WDTAM: What Do These Acronyms Mean

We as a society cannot seem to function online without the prolific usage of acronyms. Individually we may have differing views on the value of these acronyms, but regardless they are part of life now. There are surely a variety of reasons for this, and we can point the finger of blame at many things, but I think this is the main culprit/catalyst:

Flip phone with keypad
Many consider this to be “old school”

Take note of those keys. In order to type out a text message on there you had press a lot of keys. For instance, in order to get an “i” you had to press 4 three times. It is easy then to see where this led. Saying “are you there” took 26 (feel free to check my math) button presses, while “r u there” took only 19. You can’t argue with math and science and general human impatience.

Ultimately it doesn’t really matter how the trend started or what our feelings about it are. The important thing is to recognize that even if we never use any ourselves we will come across others using them, and we should be have at least some rudimentary knowledge of what they stand for.

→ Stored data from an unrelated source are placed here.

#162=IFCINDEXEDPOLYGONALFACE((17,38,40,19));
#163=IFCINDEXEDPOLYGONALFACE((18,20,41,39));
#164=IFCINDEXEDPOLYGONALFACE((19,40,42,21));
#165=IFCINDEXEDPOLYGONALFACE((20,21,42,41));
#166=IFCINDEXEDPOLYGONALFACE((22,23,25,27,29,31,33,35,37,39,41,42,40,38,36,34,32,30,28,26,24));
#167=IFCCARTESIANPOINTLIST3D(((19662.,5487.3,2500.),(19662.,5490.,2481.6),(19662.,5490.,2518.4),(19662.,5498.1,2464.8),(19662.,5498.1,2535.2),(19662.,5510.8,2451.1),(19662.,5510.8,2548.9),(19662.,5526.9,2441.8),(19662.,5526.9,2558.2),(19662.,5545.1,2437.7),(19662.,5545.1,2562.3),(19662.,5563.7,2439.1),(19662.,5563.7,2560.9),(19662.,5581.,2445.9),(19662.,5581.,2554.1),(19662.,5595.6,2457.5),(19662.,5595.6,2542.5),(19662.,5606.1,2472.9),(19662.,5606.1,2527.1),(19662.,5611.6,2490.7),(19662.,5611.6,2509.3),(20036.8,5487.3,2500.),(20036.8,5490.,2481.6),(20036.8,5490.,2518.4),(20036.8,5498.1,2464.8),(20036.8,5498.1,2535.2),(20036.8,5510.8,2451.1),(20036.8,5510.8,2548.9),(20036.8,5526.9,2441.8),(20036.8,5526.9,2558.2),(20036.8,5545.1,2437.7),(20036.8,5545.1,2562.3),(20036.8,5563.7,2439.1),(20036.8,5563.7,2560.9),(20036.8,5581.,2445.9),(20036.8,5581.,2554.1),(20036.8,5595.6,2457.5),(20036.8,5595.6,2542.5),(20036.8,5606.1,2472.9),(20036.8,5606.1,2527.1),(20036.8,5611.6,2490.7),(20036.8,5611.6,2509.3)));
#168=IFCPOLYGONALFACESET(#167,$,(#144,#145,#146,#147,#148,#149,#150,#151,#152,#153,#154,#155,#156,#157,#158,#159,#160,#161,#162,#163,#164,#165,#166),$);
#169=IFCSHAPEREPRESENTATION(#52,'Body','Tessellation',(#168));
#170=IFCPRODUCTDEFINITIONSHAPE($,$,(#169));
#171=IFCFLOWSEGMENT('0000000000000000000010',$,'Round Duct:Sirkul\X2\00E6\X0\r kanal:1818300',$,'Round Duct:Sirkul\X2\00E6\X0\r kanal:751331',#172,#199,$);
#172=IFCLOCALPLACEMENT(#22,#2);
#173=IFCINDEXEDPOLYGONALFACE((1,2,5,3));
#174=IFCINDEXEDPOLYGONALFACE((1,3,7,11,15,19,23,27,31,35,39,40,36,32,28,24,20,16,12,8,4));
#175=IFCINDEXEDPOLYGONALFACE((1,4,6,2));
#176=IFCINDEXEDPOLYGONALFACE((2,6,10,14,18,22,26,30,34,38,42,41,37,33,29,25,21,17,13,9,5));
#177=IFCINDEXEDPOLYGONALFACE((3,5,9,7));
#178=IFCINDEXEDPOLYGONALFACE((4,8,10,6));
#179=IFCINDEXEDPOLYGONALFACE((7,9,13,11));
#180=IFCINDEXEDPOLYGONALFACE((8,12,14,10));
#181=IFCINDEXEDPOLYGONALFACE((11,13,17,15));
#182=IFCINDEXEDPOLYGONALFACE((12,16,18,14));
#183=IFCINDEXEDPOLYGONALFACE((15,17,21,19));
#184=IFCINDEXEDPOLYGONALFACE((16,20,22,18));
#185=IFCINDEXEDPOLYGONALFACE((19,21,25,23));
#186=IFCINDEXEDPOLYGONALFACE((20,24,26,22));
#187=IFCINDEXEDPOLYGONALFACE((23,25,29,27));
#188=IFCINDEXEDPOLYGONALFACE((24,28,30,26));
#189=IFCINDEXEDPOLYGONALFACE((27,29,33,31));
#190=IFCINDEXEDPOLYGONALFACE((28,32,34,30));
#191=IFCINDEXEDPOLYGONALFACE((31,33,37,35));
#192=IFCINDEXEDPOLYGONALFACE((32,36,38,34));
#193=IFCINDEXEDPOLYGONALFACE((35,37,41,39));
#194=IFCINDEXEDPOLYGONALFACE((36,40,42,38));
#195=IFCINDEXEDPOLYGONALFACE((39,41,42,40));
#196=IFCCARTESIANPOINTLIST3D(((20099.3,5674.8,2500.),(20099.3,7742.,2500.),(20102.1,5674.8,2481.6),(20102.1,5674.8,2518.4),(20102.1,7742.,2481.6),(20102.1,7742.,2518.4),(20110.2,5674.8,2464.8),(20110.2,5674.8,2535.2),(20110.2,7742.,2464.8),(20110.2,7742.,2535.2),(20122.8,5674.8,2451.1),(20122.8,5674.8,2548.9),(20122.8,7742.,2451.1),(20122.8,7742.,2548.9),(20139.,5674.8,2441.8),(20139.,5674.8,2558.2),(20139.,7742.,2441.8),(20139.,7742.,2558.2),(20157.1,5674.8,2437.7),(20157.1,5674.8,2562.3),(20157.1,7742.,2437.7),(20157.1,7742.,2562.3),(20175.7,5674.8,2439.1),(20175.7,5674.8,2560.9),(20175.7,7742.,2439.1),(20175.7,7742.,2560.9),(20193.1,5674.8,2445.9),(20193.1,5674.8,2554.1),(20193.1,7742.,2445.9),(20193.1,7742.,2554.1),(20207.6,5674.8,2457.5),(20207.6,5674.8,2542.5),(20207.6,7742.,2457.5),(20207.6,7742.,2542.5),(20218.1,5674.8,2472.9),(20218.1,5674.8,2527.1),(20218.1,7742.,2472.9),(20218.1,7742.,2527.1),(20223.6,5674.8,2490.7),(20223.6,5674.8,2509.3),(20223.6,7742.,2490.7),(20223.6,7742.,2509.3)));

There are dozens and dozens of them, but most are not widely used. Some are very specific towards particular types of conversations, topics, and websites. You can find a variety of lists of acronyms online, including an explanation of lolspeak, and also find articles warning about how teenagers use acronyms as codes to do things they don’t want their parents to know about. I never worried about that too much. I assumed my teenagers would try that sort of stuff, being teenagers and all.

Teens
Clearly up to no good.

So what we have here is a list of the acronyms I most commonly come across or use myself. Your results may vary, of course. I’ll not only spell them out but also use them in a sentence that also links to a book I like. I’ve probably blogged about these books before, but that is okay. This is my blog post and I can do what I want. Also, most of these can be done with either capital or small letters, either/or.

LOL

Laugh out loud. This one is so overused and cliched now that I have seen people write “actual LOL”, to convey that they really did laugh as opposed to it being a stock reply. There are variations to express increasing levels of supposed laughter, such as ROTFL (rolling on the floor laughing).

“The book Hyperbole And A Half will make you repeatedly LOL.”

BTW

By the way. Used to change the topic or add an aside.

“btw, have you read Amanda Palmer’s amazing book, The Art of Asking?”

BRB

Be right back. Letting someone know that you will be away from the conversation for a brief time.

“brb. I have to see if my wife is done watching Game of Thrones again. She is in love with Tyrion.”

Baseball_text
BRB sounds kind of like baseball jargon. It isn’t.

IMHO

In my honest opinion, or in my humble opinion. Used to indicate that you are stating your opinion, and not necessarily stating a fact.

“IMHO, The Reapers are the Angels is the second best zombie book.”

ICYMI

In case you missed it. For when you share something with someone that you realize they might have seen already.

ICYMI, this library blog about Dark Fiction was really cool.

OTOH

On the other hand. This is for when you present an alternate opinion or option.

“OTOH, Zone One was also a really good zombie book.”

AFAIK

As far as I know. Telling someone that you think this information is correct, but that you haven’t verified it.

The Stand is Stephen King’s longest book, afaik.”

IIRC

If I recall correctly. Used to admit that your memory may be faulty.

“IIRC, Lexicon is Max Barry’s only book to date.” [Ed. note: it is not. He has written five novels so far.]

w00t

Hooray, more or less.

“w00t, the library has the Archer book!”

Zero
I know it is hard to tell with this font, but w00t is spelled with zeros.

BFF/BAE

Best friends forever, and before anyone else (also a shortened form of “babe”.) One used for your best friend(s), the other for a significant other.

“I suggested Atonement to my BFF, and Silk to my BAE.”

IRL

In real life. So people know you aren’t talking about something you made up on the Internet.

“I work at a library IRL, so I can always give you good book recommendations, like The Gone-Away World.”

NSFW

Not safe for work. A way to let someone know that what you are sharing (often a link) has content (often language or nudity) that might not be (or definitely is not) suitable for viewing in a work environment.

“Here’s a clip from Gone Girl, where Amy takes out Desi. Totes NSFW, tho.” [Ed. note: that link actually just takes you to the Gone Girl dvd in the library catalog.]

As I said before, there are tons more of these. Share any you think are interesting in the comments, or ask about ones you wonder about.